Хотя теория Ригля носила ретроспективный характер, развитие искусства в начале XX века отчасти подтвердило его выводы: так, появление абстрактной живописи ознаменовало следующий шаг дистанцирования от предмета и обращения взгляда на самое себя, на свои предпосылки и основания. Но в то же время в авангардном искусстве намечается активное обратное движение – не только назад к предмету, понятому как объективная, материальная данность, но и назад к искусству, понятому как производство, созидание, конструирование.
В 1918 – 1920 годах идея отказа от станковизма и перехода к иным, проективным, формам искусства, направленным на преобразование самой реальности, разделялась почти всеми представителями радикального авангарда, включая обоих его лидеров и соперников – Малевича и Татлина. Современники склонны были противопоставлять «предметные», «материалистические» конструкции Татлина «концептуальному экспрессионизму» Малевича33. Для самосознания советского авангарда конца 10-х – начала 20-х годов Малевич и Татлин играют примерно ту же парадигматическую роль, что и фигуры Платона и Аристотеля на известной фреске Рафаэля.
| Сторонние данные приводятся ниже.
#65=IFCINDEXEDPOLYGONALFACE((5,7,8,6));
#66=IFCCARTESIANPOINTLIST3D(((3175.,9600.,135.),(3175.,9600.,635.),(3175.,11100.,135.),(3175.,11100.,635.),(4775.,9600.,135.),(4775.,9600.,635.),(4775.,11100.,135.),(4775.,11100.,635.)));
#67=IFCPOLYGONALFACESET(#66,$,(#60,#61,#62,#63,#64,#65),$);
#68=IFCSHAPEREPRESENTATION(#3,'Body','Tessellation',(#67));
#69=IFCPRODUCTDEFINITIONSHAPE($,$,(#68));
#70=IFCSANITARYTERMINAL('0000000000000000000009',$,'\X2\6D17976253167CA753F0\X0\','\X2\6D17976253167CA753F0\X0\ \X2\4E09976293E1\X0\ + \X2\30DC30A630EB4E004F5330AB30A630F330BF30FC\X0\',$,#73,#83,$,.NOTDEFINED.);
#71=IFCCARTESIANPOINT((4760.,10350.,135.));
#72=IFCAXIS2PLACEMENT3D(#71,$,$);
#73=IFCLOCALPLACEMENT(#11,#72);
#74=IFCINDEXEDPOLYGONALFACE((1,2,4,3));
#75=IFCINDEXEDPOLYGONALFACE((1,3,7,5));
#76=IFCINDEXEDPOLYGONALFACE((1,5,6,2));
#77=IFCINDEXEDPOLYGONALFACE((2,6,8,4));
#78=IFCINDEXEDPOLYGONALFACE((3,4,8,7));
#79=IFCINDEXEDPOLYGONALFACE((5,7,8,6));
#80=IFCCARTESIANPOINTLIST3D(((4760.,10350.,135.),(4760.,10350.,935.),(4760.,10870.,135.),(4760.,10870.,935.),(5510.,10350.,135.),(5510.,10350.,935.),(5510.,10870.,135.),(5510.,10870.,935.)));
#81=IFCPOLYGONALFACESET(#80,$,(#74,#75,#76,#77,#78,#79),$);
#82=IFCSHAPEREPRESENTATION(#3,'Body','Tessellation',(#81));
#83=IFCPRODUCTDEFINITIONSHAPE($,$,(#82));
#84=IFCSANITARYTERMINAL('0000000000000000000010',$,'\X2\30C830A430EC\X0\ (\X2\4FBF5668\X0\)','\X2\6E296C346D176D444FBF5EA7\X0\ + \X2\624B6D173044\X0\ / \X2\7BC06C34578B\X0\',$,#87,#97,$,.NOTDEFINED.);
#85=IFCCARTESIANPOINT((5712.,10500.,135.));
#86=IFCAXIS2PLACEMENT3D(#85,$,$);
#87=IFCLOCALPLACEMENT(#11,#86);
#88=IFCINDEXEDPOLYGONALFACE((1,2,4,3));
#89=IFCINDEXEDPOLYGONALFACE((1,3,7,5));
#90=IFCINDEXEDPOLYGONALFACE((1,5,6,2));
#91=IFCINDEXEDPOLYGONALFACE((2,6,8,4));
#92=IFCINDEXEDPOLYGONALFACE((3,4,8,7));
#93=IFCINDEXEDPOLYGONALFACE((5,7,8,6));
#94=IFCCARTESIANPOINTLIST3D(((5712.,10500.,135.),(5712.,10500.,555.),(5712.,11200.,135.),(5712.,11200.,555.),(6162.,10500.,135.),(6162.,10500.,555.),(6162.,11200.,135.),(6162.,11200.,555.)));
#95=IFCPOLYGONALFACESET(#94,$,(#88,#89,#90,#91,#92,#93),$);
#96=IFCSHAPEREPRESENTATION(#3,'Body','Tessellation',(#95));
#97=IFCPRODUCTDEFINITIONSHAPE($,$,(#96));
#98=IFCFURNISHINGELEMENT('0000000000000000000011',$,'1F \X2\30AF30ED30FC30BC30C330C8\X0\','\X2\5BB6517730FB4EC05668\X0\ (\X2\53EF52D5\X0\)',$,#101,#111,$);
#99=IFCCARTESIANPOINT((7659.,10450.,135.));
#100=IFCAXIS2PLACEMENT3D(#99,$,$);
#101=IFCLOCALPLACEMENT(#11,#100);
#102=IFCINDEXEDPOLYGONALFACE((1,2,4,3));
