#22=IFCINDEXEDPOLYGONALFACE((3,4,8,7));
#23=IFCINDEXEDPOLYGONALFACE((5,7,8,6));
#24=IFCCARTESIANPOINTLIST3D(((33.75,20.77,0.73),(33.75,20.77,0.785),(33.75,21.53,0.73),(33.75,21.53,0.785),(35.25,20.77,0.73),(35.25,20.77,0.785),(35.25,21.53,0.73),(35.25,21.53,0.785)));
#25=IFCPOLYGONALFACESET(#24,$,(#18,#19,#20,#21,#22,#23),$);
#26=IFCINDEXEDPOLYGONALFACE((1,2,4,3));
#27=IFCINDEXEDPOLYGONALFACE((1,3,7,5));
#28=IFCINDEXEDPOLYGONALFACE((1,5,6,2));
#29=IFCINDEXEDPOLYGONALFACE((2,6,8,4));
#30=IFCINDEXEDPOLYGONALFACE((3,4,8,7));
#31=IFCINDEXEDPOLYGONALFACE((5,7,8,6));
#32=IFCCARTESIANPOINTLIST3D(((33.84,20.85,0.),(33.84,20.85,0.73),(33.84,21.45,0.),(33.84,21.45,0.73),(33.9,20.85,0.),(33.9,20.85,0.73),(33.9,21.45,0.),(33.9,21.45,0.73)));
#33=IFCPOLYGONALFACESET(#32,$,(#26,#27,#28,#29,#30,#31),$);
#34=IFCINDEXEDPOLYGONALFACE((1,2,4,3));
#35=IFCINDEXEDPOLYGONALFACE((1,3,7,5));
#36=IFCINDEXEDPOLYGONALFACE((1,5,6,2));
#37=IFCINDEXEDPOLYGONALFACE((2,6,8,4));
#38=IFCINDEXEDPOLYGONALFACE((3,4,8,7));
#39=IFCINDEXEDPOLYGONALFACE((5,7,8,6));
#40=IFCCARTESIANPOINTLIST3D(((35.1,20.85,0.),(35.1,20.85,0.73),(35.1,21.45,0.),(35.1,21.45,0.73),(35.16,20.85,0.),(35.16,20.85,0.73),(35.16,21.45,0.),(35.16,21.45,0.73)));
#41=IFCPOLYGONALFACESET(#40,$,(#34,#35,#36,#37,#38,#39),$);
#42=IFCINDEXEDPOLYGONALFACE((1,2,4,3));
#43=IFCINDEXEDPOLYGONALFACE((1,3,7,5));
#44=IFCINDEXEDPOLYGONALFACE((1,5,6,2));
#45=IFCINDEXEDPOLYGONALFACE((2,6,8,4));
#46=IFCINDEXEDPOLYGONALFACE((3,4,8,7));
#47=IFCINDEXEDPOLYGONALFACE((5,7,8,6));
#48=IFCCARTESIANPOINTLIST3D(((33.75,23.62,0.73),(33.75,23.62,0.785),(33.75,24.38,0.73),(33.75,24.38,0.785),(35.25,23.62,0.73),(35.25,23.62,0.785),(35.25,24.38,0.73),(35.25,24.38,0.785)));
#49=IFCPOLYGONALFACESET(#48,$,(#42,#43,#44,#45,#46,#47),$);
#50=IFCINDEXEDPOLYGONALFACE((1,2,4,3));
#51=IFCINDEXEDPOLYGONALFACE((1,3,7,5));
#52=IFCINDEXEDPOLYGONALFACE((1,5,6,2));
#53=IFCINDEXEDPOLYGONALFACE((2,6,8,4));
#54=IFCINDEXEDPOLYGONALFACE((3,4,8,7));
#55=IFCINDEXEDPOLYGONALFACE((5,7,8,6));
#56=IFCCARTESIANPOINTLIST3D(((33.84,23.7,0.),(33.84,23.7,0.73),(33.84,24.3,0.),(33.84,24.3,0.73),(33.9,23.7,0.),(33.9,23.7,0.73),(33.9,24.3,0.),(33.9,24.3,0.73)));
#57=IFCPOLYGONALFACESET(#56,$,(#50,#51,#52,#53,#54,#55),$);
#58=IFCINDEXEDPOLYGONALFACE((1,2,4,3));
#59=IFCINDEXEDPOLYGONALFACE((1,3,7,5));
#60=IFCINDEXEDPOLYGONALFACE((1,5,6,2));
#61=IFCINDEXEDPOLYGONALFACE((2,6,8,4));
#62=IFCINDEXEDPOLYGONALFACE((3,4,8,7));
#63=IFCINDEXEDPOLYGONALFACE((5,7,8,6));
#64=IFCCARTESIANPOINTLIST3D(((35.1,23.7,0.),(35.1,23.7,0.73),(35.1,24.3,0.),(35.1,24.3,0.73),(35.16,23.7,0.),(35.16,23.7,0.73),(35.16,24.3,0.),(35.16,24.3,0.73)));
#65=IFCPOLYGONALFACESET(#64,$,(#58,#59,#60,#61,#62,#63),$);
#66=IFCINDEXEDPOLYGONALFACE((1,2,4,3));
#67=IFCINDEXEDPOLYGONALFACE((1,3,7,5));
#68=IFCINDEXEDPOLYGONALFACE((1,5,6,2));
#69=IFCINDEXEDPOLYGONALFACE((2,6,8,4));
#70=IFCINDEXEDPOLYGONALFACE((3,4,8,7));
Один указывает на небо как на царство эйдосов – идеальных прототипов реальных вещей. Другой призывает обратить внимание на землю, на мир оформленной, организованной материи. Производственники вняли последнему призыву. Однако их отношение к «земле» было далеко не пассивным. Напротив, именно в связи с контррельефами Татлина критик Николай Пунин определил ту задачу, решению которой и посвятили себя конструктивисты: «Земля должна быть обновлена и пересмотрена, как статья устава»34. Земной порядок лишается незыблемости и постоянства: отныне он не предмет отражения, а поле для активной, преобразовательной работы. Различие между Малевичем и Татлиным – это различие между миром энергий и миром субстанций. Конструктивизм рождается из стремления свести эти два мира воедино.
Необходимой предпосылкой провозглашенного конструктивистами перехода «от организации идей к организации вещей» было свойственное авангарду понимание самого произведения искусства как некой вещи (а не копии, пусть даже самой вольной, других вещей), как автореферентной конструкции, честно демонстрирующей свое устройство и свое медиальное качество. На теоретическом уровне эта логика с максимальной четкостью была сформулирована Николаем Пуниным в понятии «материальной художественной культуры». Под нею Пунин понимал «такую профессиональную организацию материальных элементов, специфических для каждого данного вида искусства, которая создала и создает тот остов, тот чисто материальный остов, каким является всякое произведение искусства»35. В работах Татлина Пунин увидел шаг, ведущий за пределы иллюзорного картинного пространства в пространство самой жизни и открывающий перспективу полного преодоления отчуждения между искусством и реальностью, между индивидуумом и социумом, между созерцанием и действием. «Мы на пороге монистической, коллективной, реальной и действенной культуры […], – писал он. – На обломках старой живописи, скульптуры и архитектуры вырастают новые роды художественного творчества; они стремятся населить мир не индивидуальными и прекрасными образцами-отражениями, а конкретными предметами. […] Мир личности и воображения – там, здесь начинается мир коллективный и реальный»36.
В этих словах уже содержится в сжатом виде та программа, которая будет развернута в текстах Осипа Брика, Бориса Арватова, Николая Чужака, Сергея Третьякова, Бориса Кушнера, Николая Тарабукина и других теоретиков производственного движения, работавших в сотрудничестве с художниками и писателями, еще недавно писавшими абстрактные картины и тексты на «заумном» языке. Возникает впечатление, что внутренняя логика развития модернизма в определенный момент приводит его к необходимости самоотрицания. А самоотрицание модернизма означает отрицание автономии искусства, на уровне художественной практики выражающейся в культивации «минимальных и необходимых» условий того или иного медиума.